(Data items)
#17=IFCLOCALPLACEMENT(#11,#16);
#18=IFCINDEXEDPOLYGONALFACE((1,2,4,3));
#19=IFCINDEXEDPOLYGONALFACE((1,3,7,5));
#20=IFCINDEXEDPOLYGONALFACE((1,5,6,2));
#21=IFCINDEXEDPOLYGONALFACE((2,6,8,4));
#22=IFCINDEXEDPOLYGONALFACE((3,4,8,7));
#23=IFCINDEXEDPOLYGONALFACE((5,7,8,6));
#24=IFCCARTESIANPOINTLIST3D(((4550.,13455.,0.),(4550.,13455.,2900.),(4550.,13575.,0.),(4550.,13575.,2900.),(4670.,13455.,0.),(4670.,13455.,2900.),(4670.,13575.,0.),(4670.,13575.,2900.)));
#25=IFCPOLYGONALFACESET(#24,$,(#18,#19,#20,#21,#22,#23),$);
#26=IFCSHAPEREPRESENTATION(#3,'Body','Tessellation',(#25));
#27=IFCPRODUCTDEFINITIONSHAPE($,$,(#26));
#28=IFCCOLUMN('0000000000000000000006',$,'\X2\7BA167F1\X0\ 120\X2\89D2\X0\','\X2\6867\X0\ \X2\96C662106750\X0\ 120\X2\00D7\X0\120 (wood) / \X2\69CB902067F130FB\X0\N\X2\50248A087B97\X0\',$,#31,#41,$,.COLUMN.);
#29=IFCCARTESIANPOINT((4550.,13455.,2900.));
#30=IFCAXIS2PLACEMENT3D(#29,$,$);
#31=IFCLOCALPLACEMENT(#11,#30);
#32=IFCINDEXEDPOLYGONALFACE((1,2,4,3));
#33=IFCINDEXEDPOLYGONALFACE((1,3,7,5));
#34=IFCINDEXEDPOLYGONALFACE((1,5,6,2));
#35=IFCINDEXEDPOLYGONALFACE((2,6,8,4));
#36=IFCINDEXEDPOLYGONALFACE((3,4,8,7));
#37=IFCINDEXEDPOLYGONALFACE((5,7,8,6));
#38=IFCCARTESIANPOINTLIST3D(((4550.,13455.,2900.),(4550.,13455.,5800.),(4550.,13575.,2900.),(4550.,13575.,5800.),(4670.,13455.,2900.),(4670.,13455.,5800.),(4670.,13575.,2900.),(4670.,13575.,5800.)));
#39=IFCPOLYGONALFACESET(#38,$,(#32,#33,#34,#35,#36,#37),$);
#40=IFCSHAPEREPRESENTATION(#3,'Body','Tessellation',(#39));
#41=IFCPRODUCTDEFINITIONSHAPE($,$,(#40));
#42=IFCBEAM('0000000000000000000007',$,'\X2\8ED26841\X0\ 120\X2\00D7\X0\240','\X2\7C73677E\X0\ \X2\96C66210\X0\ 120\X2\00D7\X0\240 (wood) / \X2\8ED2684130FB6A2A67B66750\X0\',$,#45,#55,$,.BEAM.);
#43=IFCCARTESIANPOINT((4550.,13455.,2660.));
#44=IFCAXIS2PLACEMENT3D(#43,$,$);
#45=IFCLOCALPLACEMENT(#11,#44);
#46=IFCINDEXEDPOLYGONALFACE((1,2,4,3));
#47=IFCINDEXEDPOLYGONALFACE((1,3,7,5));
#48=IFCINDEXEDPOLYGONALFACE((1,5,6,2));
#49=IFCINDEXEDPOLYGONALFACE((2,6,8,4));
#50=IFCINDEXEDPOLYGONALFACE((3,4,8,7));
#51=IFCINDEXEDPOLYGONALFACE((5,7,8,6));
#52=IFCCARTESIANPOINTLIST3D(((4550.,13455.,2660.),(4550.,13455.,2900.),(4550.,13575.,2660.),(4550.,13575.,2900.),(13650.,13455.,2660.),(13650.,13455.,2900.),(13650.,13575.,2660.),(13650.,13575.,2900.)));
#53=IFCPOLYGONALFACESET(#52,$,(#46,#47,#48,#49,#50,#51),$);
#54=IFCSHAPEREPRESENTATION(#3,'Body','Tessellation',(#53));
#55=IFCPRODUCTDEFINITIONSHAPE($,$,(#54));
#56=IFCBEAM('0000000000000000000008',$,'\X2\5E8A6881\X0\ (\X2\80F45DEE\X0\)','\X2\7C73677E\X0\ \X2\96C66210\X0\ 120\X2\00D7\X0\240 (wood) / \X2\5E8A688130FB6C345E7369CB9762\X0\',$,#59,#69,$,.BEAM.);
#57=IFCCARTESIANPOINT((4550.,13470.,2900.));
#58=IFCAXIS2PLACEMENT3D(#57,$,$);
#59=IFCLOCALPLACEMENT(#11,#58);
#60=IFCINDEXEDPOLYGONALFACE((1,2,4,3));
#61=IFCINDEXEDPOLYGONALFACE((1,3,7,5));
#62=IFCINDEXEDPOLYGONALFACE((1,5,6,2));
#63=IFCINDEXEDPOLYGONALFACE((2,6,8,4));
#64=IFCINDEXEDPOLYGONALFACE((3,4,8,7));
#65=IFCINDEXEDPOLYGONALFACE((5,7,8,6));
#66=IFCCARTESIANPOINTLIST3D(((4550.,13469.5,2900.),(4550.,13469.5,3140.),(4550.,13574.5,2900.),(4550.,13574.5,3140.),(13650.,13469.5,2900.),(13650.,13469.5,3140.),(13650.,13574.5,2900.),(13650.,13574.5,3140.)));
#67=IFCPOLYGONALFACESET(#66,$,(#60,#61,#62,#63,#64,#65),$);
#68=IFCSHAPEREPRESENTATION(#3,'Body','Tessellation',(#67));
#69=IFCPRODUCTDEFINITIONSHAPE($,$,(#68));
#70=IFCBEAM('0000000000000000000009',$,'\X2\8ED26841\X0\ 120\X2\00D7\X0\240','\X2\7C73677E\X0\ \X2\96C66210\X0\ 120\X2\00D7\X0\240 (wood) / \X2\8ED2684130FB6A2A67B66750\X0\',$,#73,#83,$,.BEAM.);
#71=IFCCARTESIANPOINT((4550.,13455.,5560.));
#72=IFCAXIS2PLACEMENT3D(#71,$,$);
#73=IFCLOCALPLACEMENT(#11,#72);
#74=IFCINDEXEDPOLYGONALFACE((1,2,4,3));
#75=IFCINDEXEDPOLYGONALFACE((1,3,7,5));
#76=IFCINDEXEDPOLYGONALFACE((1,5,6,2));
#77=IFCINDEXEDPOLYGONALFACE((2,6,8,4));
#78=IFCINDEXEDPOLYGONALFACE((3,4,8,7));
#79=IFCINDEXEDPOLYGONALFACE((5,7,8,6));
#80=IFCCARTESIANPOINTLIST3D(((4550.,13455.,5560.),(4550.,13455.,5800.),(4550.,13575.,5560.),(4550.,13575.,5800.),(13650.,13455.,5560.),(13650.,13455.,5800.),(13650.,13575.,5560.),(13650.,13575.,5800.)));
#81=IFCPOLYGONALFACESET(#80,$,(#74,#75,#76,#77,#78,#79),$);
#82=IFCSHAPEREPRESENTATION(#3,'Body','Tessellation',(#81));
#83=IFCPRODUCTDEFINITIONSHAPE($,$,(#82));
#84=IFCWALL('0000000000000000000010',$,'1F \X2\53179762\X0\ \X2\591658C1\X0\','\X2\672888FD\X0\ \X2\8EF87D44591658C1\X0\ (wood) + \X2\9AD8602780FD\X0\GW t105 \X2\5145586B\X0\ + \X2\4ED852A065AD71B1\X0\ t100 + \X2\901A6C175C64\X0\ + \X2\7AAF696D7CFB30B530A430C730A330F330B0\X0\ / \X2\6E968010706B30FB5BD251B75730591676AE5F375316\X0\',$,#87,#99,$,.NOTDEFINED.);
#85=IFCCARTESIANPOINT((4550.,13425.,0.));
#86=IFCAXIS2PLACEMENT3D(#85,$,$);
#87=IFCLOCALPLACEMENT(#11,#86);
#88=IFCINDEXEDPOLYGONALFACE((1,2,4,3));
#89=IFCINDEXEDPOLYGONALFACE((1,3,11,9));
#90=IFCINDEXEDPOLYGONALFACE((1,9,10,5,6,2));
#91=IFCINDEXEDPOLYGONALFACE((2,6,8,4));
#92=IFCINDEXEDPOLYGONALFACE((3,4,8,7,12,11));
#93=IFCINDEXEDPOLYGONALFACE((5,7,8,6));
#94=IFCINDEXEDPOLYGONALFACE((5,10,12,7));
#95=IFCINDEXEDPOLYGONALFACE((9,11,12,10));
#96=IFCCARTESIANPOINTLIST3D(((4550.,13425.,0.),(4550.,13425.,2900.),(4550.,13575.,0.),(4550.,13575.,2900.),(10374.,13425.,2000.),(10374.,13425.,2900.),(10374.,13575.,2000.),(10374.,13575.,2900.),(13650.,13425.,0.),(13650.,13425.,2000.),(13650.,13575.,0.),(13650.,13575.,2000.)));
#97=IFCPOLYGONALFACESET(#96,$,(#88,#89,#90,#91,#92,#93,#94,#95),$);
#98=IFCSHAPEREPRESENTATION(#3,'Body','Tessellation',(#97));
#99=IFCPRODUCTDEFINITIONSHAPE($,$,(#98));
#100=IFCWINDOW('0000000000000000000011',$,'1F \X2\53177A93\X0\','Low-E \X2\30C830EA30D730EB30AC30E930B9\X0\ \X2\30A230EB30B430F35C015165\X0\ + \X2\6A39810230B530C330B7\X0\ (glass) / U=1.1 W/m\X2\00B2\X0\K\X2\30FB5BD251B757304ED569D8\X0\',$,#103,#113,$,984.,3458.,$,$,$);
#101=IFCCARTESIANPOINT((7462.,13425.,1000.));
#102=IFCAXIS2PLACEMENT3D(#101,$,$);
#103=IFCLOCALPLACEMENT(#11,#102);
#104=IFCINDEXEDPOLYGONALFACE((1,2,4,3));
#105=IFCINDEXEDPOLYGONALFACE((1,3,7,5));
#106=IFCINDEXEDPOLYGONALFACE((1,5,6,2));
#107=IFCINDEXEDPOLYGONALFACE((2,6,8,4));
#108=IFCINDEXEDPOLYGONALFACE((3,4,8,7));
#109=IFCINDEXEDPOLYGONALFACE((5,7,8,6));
---
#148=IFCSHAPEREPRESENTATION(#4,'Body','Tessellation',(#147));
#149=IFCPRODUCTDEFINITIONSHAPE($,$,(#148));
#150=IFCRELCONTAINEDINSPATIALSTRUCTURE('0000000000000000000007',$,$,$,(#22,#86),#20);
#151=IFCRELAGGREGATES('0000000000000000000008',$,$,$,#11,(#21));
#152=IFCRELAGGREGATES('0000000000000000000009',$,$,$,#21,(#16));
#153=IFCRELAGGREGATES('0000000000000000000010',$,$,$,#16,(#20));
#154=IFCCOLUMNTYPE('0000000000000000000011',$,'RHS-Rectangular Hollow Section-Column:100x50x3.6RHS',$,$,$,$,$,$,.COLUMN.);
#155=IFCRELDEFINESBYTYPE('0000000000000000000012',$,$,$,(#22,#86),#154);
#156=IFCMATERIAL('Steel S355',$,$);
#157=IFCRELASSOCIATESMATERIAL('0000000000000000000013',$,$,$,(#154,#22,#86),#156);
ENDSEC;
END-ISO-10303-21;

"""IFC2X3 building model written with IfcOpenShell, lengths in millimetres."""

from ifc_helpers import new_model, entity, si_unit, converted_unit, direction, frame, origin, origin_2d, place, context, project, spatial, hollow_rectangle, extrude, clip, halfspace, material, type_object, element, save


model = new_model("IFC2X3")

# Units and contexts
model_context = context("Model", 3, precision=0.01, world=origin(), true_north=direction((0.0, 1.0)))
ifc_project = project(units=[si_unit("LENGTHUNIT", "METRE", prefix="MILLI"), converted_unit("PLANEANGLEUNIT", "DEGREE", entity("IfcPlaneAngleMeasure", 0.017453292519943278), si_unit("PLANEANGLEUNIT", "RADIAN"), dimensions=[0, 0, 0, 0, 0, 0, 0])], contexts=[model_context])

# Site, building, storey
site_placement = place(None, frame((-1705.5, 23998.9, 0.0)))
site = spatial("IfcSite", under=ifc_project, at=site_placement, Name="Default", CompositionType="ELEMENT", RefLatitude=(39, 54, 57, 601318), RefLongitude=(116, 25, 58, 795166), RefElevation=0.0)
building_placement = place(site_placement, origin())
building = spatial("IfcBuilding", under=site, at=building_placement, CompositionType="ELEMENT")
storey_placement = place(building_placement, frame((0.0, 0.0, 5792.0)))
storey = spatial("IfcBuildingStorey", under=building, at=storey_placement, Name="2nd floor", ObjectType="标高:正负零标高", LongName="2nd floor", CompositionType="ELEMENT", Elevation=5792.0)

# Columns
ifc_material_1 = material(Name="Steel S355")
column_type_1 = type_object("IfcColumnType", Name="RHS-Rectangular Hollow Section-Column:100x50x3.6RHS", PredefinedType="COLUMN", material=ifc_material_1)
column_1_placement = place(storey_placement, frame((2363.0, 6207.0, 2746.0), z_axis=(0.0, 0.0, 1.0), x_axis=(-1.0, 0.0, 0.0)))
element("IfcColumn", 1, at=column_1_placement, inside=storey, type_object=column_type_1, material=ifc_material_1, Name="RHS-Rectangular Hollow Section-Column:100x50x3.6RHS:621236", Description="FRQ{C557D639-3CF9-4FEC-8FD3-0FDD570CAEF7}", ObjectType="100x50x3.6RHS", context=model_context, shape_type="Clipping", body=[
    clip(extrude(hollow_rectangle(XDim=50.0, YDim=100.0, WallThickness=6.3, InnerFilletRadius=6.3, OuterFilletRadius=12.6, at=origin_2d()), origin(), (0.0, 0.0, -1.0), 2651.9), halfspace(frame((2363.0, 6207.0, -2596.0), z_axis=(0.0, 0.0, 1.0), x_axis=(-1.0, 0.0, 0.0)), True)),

TASK INSTRUCTIONS
When you reach the line with "#102=IFCAXIS2PLACEMENT3D(#101,$,$);" in the records above, start writing out lines exactly, and stop once the line with "#109=IFCINDEXEDPOLYGONALFACE((5,7,8,6));" has been written; include nothing else.

SOLUTION
#102=IFCAXIS2PLACEMENT3D(#101,$,$);
#103=IFCLOCALPLACEMENT(#11,#102);
#104=IFCINDEXEDPOLYGONALFACE((1,2,4,3));
#105=IFCINDEXEDPOLYGONALFACE((1,3,7,5));
#106=IFCINDEXEDPOLYGONALFACE((1,5,6,2));
#107=IFCINDEXEDPOLYGONALFACE((2,6,8,4));
#108=IFCINDEXEDPOLYGONALFACE((3,4,8,7));
#109=IFCINDEXEDPOLYGONALFACE((5,7,8,6));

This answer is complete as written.